Collected data
—————

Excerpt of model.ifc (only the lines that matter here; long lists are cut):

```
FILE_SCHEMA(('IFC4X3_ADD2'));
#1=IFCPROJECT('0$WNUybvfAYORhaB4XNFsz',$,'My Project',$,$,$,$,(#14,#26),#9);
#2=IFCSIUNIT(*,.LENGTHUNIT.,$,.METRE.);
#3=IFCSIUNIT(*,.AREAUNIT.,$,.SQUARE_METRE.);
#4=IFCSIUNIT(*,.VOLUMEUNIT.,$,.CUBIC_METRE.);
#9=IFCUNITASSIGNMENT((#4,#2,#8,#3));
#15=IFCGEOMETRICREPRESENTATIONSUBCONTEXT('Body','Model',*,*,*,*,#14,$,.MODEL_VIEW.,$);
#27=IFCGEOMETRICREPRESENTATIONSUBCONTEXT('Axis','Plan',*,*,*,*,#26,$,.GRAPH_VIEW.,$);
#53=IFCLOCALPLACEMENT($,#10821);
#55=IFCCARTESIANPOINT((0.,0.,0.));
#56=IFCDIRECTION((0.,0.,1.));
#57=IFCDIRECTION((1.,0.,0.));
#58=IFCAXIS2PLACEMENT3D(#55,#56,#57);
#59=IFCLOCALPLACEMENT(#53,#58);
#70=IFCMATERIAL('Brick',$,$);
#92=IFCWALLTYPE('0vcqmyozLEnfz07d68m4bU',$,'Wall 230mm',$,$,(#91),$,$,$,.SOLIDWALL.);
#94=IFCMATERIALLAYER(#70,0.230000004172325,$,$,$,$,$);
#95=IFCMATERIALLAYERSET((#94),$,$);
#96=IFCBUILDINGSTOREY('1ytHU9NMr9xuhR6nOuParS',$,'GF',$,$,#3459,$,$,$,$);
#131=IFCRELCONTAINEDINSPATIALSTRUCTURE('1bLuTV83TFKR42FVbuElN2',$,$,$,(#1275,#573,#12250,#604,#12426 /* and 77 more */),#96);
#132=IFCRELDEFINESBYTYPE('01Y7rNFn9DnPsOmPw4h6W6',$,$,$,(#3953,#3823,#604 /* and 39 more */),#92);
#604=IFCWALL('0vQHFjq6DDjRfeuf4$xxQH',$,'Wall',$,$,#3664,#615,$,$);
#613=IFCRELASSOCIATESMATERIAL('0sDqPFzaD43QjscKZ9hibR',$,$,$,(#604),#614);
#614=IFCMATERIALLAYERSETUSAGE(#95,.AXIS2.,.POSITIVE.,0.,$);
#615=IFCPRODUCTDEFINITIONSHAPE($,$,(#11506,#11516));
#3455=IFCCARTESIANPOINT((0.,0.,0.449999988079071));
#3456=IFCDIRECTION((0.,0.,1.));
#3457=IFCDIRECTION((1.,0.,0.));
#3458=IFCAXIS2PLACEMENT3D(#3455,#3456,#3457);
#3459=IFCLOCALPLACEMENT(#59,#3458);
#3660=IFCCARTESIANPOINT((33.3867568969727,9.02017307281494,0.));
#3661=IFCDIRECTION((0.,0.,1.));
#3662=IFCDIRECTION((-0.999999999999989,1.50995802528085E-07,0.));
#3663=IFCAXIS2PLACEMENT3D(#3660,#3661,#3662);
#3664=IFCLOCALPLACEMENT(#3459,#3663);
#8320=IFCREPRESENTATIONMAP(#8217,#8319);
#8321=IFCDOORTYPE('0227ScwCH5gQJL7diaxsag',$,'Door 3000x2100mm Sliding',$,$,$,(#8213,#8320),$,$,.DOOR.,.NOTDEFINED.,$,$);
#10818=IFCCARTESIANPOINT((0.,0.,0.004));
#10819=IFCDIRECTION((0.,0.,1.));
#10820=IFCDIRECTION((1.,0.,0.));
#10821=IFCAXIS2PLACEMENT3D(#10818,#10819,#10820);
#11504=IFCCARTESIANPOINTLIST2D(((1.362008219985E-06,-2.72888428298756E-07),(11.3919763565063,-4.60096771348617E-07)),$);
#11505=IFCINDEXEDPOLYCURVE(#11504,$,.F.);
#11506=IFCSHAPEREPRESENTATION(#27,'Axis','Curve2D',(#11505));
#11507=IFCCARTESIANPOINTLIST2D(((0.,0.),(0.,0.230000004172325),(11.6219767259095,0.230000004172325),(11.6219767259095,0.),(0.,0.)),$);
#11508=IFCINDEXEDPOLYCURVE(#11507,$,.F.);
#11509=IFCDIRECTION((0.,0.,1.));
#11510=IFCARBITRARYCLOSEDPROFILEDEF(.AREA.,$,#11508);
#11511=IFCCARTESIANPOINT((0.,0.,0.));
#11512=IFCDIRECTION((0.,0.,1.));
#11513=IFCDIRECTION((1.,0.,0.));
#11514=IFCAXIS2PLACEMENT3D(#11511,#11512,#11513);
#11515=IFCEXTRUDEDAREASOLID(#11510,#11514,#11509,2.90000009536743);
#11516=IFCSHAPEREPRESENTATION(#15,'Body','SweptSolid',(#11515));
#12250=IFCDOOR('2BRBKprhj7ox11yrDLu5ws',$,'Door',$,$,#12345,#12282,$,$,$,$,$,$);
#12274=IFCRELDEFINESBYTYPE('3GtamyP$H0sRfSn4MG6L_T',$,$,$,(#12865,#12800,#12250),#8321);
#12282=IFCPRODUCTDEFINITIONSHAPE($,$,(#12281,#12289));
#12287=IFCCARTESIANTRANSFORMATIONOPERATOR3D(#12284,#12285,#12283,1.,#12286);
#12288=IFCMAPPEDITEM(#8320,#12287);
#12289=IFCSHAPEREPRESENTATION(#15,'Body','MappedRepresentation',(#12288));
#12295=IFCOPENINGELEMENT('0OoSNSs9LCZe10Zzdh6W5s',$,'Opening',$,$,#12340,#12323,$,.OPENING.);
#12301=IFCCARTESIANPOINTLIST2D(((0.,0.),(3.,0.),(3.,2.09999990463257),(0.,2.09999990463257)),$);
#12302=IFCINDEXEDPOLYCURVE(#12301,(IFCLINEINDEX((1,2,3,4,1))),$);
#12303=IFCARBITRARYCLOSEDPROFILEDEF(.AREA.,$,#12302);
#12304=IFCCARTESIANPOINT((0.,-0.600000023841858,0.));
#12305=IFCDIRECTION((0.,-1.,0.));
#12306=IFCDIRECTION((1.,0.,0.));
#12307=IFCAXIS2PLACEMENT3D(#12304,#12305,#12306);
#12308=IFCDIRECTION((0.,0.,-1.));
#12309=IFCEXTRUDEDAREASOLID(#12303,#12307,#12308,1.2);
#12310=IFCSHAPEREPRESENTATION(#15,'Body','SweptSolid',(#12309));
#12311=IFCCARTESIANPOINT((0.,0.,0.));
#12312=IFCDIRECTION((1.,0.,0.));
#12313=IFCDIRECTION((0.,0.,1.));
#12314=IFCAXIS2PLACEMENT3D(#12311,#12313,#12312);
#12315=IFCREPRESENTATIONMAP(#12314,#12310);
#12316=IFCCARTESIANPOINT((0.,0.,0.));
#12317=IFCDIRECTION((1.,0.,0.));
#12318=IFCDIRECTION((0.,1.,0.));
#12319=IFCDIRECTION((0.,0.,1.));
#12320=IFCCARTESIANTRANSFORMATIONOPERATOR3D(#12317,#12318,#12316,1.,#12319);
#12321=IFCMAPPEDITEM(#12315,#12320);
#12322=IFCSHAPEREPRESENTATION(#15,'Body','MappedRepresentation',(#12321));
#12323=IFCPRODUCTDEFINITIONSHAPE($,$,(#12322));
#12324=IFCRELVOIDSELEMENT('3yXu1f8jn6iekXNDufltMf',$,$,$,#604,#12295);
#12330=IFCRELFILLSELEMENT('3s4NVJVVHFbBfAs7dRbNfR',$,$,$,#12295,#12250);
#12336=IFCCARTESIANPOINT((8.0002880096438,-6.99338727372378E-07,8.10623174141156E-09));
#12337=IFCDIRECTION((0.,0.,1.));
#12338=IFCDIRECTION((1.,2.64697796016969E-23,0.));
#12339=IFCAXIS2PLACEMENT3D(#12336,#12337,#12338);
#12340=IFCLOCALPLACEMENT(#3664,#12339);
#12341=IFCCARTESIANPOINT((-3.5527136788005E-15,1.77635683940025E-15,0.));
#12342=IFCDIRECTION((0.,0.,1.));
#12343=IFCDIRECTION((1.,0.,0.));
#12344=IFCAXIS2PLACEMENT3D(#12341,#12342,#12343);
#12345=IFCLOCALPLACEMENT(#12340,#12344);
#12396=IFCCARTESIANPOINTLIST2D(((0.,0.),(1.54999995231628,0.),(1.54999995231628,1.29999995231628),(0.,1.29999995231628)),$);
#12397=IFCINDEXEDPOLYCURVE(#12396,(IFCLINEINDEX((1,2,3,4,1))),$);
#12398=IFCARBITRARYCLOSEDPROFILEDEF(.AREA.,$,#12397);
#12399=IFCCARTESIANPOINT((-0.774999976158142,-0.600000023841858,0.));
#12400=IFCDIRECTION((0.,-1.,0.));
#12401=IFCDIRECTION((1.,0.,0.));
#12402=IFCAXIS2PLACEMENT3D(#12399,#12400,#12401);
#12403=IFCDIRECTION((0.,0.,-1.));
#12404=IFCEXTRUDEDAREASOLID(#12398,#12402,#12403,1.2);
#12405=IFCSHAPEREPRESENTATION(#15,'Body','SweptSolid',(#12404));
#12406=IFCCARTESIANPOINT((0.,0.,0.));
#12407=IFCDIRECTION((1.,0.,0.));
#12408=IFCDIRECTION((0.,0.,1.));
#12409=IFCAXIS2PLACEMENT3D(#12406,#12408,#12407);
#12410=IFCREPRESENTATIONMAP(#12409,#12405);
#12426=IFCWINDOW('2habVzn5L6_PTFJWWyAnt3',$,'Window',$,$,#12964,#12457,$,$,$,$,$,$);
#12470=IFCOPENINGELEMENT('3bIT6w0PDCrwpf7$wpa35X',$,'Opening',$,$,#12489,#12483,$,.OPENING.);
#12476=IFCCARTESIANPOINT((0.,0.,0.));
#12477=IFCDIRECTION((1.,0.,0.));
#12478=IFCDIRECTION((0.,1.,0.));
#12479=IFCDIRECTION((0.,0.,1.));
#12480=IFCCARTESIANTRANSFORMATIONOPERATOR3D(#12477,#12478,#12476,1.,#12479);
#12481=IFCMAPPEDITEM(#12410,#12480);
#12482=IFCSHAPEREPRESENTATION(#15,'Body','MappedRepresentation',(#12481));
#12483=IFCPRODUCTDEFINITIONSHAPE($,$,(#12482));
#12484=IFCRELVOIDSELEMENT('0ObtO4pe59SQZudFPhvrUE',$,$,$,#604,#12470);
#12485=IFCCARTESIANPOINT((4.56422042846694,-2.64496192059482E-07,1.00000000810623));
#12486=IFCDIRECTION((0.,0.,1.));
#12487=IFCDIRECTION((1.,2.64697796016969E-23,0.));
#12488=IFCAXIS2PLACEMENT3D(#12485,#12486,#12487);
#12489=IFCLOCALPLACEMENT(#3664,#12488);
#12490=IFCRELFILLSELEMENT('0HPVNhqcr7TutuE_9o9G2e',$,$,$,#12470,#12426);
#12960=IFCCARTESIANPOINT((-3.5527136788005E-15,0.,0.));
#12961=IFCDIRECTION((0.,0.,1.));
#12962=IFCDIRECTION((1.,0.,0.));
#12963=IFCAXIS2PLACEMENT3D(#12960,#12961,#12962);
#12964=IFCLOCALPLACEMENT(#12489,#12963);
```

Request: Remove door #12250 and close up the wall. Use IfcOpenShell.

```python
import ifcopenshell
import ifcopenshell.api.feature
import ifcopenshell.api.root
import ifcopenshell.geom
import ifcopenshell.util.shape

model = ifcopenshell.open("model.ifc")
settings = ifcopenshell.geom.settings()


def volume(element):
    """Net volume in cubic metres, openings subtracted."""
    shape = ifcopenshell.geom.create_shape(settings, element)
    return ifcopenshell.util.shape.get_volume(shape.geometry)


door = model.by_guid("2BRBKprhj7ox11yrDLu5ws")
opening = door.FillsVoids[0].RelatingOpeningElement
wall = opening.VoidsElements[0].RelatingBuildingElement
before = volume(wall)

ifcopenshell.api.root.remove_product(model, product=door)
ifcopenshell.api.feature.remove_feature(model, feature=opening)

after = volume(wall)

print(f"wall volume {before:.3f} -> {after:.3f} m3")

model.write("model_updated.ifc")
```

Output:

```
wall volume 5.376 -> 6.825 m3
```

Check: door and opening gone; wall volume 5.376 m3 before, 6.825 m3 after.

—————

TASK GOAL: Scan the records for lines that hold "MappedRepresentation", and reproduce each one you find.

ANSWER FOR THE TASK:
#12289=IFCSHAPEREPRESENTATION(#15,'Body','MappedRepresentation',(#12288));
#12322=IFCSHAPEREPRESENTATION(#15,'Body','MappedRepresentation',(#12321));
#12482=IFCSHAPEREPRESENTATION(#15,'Body','MappedRepresentation',(#12481));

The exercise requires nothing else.